A man sits in a bar, alone at Christmastime. He’s had too much to drink; he’s telling you things about himself you’d rather not hear. He has family problems. He has stolen money from his boss. He’s one arrest away from going to jail, and most importantly, he hates the holidays and can’t stand seeing people enjoying themselves at Christmas.
A lot of people might end the conversation there, wish the poor guy a happy holiday and be off. But you stick around. This guy seems interesting, and besides, you’re not really talking to him. You’re just watching another Christmas movie, and you’re only at the first scene.
An increasing number of holiday movies seem to start out this way. It’s Charles Dickens’ A Christmas Carol all over again.
But that doesn’t stop filmmakers from returning to this redemption story every December, hoping viewers won’t notice the old tale through the new veil of more sordid circumstances in which they cast their characters.
Sure, it’s an action movie or a dark comedy we’re being sold on, but what are we really getting?
Take Bad Santa (2003), for instance. Billy Bob Thornton plays Willy: a smoking, swearing, shopping-mall Santa Claus with a drinking problem. Did I mention he litters in parking lots? As far as grinches go, Willy is by far the worst. He hates children and only puts up with hearing their Christmas wishes each December so he and his “elf” buddy Marcus can steal from the department stores where they work.

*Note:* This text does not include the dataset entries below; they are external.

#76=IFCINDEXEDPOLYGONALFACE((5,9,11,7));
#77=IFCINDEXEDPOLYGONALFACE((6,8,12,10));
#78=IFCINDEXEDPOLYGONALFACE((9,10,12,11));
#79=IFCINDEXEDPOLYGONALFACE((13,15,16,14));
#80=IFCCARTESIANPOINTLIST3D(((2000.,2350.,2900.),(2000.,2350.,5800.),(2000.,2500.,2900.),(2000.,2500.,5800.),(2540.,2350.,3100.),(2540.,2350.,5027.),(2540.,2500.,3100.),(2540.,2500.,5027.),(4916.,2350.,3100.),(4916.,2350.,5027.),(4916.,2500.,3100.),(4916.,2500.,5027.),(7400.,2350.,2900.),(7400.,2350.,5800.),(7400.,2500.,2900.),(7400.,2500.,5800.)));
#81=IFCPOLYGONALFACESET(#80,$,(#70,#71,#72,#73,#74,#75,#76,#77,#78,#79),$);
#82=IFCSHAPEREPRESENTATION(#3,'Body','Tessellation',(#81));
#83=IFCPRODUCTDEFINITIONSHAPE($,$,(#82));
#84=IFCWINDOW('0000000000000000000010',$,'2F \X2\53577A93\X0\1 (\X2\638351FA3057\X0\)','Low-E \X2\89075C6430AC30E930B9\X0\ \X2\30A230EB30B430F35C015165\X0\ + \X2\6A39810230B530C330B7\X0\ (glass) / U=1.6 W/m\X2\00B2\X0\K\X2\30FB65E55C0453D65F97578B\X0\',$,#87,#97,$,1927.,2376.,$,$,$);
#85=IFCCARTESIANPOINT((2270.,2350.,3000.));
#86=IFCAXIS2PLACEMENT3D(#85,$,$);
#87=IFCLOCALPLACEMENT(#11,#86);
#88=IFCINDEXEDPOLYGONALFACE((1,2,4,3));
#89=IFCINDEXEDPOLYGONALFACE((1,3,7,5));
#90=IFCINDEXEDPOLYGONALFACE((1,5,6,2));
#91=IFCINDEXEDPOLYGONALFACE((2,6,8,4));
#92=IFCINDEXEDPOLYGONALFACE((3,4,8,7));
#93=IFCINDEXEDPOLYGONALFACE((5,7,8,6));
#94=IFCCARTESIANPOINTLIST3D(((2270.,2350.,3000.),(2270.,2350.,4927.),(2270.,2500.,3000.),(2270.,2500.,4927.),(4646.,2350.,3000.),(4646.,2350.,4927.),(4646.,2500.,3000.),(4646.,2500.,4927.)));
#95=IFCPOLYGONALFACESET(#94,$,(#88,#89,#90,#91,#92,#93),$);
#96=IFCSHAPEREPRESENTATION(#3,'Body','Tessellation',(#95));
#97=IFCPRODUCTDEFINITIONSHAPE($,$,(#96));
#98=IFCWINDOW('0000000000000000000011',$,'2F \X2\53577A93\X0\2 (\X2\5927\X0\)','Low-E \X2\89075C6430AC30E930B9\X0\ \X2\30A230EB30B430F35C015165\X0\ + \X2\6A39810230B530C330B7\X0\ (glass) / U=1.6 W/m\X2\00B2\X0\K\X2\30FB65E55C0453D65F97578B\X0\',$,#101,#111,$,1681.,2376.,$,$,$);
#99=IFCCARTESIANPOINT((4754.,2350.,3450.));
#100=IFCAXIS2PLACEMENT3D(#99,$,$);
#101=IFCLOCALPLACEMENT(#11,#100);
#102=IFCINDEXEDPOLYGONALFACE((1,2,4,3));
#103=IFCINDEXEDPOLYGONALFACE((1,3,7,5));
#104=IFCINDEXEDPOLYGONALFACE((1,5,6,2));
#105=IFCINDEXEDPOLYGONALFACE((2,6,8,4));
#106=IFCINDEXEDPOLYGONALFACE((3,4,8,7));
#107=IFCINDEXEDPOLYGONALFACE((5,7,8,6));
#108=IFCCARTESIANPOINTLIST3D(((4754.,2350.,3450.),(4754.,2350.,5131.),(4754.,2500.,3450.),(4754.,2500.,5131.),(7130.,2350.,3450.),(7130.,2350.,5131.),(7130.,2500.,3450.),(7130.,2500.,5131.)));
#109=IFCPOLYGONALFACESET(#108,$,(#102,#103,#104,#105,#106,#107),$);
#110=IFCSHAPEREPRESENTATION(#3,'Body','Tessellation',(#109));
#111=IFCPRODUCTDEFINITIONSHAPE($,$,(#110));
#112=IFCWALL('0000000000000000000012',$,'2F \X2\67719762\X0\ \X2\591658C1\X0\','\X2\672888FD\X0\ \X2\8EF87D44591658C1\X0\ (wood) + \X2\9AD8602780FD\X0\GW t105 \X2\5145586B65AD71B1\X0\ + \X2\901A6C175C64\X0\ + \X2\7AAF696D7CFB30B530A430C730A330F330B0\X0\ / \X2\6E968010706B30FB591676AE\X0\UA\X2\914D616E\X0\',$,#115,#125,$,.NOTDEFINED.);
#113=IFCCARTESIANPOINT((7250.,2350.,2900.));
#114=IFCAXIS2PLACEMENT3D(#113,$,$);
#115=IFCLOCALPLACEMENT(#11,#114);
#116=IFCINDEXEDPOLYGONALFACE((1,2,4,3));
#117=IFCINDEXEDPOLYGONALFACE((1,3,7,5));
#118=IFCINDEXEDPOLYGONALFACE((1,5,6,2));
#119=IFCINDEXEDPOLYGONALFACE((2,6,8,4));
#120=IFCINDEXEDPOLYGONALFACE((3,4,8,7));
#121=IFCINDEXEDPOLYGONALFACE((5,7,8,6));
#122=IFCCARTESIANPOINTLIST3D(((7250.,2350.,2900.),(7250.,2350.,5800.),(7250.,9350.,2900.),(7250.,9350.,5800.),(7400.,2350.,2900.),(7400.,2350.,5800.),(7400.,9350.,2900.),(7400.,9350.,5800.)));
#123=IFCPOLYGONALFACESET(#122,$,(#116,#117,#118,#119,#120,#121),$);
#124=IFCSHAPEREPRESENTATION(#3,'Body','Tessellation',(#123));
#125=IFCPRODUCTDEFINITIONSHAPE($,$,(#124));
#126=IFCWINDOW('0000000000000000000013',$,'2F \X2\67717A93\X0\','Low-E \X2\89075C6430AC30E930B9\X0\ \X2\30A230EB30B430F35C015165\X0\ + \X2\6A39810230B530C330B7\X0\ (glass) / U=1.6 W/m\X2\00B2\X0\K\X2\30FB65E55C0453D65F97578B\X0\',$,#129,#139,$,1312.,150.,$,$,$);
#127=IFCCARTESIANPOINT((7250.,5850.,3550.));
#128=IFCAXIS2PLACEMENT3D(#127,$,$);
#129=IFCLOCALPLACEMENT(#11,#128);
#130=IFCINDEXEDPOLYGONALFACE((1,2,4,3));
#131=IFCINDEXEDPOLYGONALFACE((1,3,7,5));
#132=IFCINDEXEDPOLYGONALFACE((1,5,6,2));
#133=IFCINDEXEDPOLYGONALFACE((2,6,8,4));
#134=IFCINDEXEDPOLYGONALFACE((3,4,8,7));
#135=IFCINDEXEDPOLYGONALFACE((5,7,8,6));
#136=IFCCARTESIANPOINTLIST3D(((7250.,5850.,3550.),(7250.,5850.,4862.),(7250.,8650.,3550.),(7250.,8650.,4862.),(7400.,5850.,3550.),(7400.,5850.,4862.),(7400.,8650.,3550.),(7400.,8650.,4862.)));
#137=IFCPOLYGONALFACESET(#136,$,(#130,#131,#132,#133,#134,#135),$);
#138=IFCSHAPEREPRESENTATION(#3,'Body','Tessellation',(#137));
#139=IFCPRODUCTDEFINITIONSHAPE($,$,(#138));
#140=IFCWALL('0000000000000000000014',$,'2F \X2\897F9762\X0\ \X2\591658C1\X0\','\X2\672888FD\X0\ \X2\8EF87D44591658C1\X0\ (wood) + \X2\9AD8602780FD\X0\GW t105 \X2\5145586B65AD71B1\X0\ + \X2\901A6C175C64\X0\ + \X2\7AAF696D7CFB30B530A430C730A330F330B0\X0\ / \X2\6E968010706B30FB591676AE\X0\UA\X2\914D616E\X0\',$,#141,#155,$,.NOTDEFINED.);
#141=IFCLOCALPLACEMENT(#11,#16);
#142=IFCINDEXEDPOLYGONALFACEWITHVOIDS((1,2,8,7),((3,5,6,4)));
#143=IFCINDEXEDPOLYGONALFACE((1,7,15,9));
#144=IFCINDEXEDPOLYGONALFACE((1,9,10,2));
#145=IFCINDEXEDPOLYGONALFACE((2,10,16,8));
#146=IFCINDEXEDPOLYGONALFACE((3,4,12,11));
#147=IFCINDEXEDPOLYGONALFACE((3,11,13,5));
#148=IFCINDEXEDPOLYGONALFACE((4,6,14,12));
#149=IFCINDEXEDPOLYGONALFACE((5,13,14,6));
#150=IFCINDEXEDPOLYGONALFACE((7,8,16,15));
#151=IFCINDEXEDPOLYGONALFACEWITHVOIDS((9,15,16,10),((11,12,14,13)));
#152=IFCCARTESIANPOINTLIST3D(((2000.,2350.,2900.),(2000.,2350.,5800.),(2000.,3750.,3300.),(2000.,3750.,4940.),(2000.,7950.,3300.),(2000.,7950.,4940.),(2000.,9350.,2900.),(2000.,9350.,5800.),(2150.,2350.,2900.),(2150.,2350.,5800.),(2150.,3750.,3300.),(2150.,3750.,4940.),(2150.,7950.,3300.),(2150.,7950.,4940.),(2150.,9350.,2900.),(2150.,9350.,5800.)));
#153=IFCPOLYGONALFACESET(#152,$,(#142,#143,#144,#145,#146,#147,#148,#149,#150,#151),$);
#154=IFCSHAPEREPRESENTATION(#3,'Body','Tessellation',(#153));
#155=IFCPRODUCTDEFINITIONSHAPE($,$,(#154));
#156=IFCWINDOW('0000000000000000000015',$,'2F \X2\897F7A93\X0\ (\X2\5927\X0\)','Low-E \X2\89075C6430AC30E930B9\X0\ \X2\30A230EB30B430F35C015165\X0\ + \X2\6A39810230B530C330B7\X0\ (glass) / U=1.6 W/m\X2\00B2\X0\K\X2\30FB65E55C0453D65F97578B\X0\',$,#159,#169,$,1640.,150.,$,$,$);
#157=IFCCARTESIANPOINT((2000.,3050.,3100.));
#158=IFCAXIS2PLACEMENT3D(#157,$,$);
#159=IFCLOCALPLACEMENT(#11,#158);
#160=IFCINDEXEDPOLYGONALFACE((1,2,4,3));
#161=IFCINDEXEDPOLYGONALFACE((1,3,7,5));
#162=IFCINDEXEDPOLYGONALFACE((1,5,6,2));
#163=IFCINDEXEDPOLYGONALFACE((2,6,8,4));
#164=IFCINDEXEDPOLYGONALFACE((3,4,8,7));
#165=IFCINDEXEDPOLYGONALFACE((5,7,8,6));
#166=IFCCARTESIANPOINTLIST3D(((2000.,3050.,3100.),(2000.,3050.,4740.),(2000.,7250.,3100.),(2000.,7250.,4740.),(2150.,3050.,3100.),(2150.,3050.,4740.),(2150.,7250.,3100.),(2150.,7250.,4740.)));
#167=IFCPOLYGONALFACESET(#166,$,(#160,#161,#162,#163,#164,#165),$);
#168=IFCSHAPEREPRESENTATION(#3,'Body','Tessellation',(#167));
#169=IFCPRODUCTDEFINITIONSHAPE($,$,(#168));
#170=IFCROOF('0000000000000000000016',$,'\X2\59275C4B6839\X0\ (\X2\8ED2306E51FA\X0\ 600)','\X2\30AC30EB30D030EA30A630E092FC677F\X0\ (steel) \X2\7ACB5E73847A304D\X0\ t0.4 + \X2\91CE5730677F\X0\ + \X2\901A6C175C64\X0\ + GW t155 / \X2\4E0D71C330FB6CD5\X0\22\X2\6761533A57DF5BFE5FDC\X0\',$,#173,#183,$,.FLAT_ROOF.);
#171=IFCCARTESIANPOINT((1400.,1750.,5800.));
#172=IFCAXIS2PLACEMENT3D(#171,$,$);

Until, that is, he meets a boy who pulls on Willy’s fake beard, asks for a pink elephant and follows him around after work. Though initially annoyed, Willy soon discovers that he and “the kid” (who is never named) have a lot in common, from growing up without parents to getting beaten up by bullies. Seeing a lot of himself in the kid, Willy begins to find reasons to change — but not before one last department store heist rife with booze, bribes and bad behaviour.
Similarly, Eight Crazy Nights (2002) starts in a bar in Dukesberry, a fictional small town celebrating the holidays. Though the film is technically a Hanukkah movie, the narrator is quick to make clear that its hero, Davey Stone, hates holidays of any kind, from Christmas to Kwanzaa. It hurts Davey to see families enjoying themselves — he lost his in a car accident 20 years ago and has been getting into trouble with the law ever since. After belching in his server’s face, he leaves the bar without paying, tries to start his car while drunk and gets arrested for the umpteenth time, almost landing in jail.

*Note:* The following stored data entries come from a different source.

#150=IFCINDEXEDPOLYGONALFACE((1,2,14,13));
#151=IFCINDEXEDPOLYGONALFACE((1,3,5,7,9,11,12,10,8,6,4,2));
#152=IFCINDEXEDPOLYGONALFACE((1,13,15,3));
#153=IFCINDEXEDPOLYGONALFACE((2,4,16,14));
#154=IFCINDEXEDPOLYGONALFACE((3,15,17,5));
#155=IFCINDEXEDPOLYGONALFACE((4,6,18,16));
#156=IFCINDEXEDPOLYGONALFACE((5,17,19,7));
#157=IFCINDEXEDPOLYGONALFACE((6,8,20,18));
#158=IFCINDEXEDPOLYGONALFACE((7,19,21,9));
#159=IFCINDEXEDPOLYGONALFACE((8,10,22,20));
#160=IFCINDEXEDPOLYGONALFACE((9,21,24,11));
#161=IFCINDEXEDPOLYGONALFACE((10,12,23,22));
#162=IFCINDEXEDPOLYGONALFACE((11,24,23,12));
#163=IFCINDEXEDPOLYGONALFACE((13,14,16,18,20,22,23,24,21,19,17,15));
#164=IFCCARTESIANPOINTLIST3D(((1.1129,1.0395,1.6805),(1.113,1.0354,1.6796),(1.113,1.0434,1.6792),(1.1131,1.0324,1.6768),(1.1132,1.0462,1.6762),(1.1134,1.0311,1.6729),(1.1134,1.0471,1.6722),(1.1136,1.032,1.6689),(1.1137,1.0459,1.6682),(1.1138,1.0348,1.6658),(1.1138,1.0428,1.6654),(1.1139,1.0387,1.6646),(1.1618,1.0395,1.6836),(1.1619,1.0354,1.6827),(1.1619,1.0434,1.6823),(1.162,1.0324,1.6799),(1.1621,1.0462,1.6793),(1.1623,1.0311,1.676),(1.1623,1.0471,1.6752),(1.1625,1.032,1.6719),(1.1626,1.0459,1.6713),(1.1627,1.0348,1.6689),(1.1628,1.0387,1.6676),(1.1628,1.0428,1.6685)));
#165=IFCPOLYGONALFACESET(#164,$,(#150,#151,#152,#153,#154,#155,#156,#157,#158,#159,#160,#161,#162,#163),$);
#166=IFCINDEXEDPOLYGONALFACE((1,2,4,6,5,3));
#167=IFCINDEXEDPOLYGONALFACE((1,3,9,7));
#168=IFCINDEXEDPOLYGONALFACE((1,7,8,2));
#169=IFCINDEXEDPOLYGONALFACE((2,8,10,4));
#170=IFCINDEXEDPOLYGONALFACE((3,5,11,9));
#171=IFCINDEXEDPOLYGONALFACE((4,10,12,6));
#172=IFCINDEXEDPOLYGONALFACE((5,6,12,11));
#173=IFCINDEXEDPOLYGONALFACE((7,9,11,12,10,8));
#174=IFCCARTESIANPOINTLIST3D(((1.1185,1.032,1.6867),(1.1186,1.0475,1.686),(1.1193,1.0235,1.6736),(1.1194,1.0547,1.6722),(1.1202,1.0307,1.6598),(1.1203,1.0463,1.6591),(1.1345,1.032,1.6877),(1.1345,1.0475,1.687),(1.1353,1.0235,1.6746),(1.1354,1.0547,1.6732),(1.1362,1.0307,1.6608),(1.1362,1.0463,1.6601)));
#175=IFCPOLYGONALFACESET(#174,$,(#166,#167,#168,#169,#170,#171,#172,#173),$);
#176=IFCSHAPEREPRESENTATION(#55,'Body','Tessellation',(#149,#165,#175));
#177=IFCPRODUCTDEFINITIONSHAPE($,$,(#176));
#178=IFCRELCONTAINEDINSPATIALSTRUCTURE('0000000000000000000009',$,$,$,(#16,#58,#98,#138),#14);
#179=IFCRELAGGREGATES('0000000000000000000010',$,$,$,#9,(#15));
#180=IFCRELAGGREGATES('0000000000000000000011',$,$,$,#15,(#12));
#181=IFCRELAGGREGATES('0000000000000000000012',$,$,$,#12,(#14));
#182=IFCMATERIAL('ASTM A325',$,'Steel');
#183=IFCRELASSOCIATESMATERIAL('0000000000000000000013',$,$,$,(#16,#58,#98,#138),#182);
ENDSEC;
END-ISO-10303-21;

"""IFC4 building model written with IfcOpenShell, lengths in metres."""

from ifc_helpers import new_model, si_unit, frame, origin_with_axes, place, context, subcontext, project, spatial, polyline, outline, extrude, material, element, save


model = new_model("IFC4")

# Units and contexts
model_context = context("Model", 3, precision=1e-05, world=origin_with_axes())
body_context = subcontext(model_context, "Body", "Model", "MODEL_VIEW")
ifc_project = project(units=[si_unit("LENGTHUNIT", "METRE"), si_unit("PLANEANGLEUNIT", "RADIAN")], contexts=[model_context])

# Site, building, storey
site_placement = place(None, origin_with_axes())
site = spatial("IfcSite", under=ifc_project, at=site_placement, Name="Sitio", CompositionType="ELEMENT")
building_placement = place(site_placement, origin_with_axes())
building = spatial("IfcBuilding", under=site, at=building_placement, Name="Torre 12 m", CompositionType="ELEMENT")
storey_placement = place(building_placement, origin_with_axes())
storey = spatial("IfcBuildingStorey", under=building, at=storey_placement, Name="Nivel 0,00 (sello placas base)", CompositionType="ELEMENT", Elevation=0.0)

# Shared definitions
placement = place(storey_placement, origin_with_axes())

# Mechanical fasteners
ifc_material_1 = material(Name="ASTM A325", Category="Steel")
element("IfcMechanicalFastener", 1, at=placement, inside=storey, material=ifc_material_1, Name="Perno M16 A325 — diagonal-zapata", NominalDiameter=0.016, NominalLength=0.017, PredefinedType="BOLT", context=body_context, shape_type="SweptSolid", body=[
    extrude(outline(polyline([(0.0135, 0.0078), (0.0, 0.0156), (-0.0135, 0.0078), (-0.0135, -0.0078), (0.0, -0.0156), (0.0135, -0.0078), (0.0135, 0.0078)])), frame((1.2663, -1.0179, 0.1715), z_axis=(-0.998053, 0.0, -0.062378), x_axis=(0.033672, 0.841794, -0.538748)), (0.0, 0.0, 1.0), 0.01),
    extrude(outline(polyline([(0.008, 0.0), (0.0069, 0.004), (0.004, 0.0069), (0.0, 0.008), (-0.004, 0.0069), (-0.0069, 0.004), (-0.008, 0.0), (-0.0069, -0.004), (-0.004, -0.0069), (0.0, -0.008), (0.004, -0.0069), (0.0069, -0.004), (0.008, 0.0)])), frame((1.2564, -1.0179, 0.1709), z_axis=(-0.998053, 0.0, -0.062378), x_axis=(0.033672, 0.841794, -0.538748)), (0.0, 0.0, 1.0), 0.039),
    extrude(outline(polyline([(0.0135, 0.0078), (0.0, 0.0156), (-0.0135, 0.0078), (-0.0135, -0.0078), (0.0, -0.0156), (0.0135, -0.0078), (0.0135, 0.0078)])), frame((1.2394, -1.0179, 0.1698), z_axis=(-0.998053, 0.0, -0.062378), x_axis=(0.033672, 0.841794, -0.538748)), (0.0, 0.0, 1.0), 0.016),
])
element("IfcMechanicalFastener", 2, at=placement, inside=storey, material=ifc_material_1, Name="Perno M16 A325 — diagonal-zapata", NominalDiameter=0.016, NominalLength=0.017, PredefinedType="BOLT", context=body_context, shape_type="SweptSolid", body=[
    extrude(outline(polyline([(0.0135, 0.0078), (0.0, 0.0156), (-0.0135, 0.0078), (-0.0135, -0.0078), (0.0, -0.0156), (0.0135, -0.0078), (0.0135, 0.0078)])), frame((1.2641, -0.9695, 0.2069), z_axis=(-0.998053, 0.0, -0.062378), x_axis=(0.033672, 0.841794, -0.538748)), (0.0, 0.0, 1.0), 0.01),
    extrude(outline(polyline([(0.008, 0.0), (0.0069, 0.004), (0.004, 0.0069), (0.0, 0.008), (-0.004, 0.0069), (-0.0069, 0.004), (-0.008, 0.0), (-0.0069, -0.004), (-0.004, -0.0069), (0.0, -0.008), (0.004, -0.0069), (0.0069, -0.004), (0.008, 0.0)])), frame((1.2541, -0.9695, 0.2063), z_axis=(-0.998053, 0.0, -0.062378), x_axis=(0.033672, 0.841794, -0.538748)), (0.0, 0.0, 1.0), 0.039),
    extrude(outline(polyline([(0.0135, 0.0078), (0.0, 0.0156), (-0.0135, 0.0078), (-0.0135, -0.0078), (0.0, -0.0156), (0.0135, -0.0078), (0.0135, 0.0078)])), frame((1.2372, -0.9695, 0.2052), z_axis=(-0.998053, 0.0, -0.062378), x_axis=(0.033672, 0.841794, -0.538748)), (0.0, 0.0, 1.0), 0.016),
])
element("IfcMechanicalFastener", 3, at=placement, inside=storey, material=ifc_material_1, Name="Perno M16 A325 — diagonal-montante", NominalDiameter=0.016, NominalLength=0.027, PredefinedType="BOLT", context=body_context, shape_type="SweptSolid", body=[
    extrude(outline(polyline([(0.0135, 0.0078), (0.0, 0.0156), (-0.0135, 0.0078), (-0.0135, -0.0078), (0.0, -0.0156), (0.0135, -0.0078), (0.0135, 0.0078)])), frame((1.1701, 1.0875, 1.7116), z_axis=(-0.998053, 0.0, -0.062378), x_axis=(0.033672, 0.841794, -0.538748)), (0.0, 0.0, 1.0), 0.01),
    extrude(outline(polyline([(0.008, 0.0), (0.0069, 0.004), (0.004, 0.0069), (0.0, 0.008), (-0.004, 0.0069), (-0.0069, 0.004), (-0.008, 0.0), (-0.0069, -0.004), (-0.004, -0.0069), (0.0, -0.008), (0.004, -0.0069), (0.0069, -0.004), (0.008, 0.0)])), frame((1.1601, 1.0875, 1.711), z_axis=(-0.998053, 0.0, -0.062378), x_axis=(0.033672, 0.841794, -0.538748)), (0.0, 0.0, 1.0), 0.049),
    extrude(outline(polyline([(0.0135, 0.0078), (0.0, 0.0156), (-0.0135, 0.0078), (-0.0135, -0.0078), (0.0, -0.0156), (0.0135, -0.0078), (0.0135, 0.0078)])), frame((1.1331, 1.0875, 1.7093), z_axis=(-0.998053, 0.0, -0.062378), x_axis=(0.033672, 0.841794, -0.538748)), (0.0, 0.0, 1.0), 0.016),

The second chance he gets from the judge seems just as bad to him: coaching a boys’ basketball team with the town misfit, Whitey Duvall. But leave it to the singing, dancing 70-year-old with a heart of gold (and a bit of a chest-hair problem) to help Davey clean up his act.
Not one to break with tradition, Charlie Arglist, the lead character in The Ice Harvest (2005), begins his Christmas Eve at a Kansas strip club. A lawyer for the mob, Charlie has just embezzled $2 million from his boss, and he and his partner in crime plan to run away with the money on Christmas morning. All he has to do is act innocent for 12 hours.
The problem is he feels so good about becoming rich that he starts to do people favours throughout the night, and the townsfolk get suspicious. One by one, his friends turn on him, and Charlie realizes that his new-found riches may bring him more problems than fortune.
“Man, Charlie, you’re the nicest person I know,” says a bartender, who has just siphoned gas from Charlie’s car.
“I’m really sorry to hear that,” he responds.
Ebenezer’s curmudgeonly ways may pale in comparison to the sins of these updated Scrooges, but their role in modern Christmas movies remains the same. Maybe a part of us, as viewers, likes to know that people as depraved as Willy, Davey or Charlie still have it in them to change. Maybe we’ve just grown weary of seeing Scrooge parade the streets of London in his nightie every Christmas Eve.
Or maybe not. Jim Carrey takes up that role this month.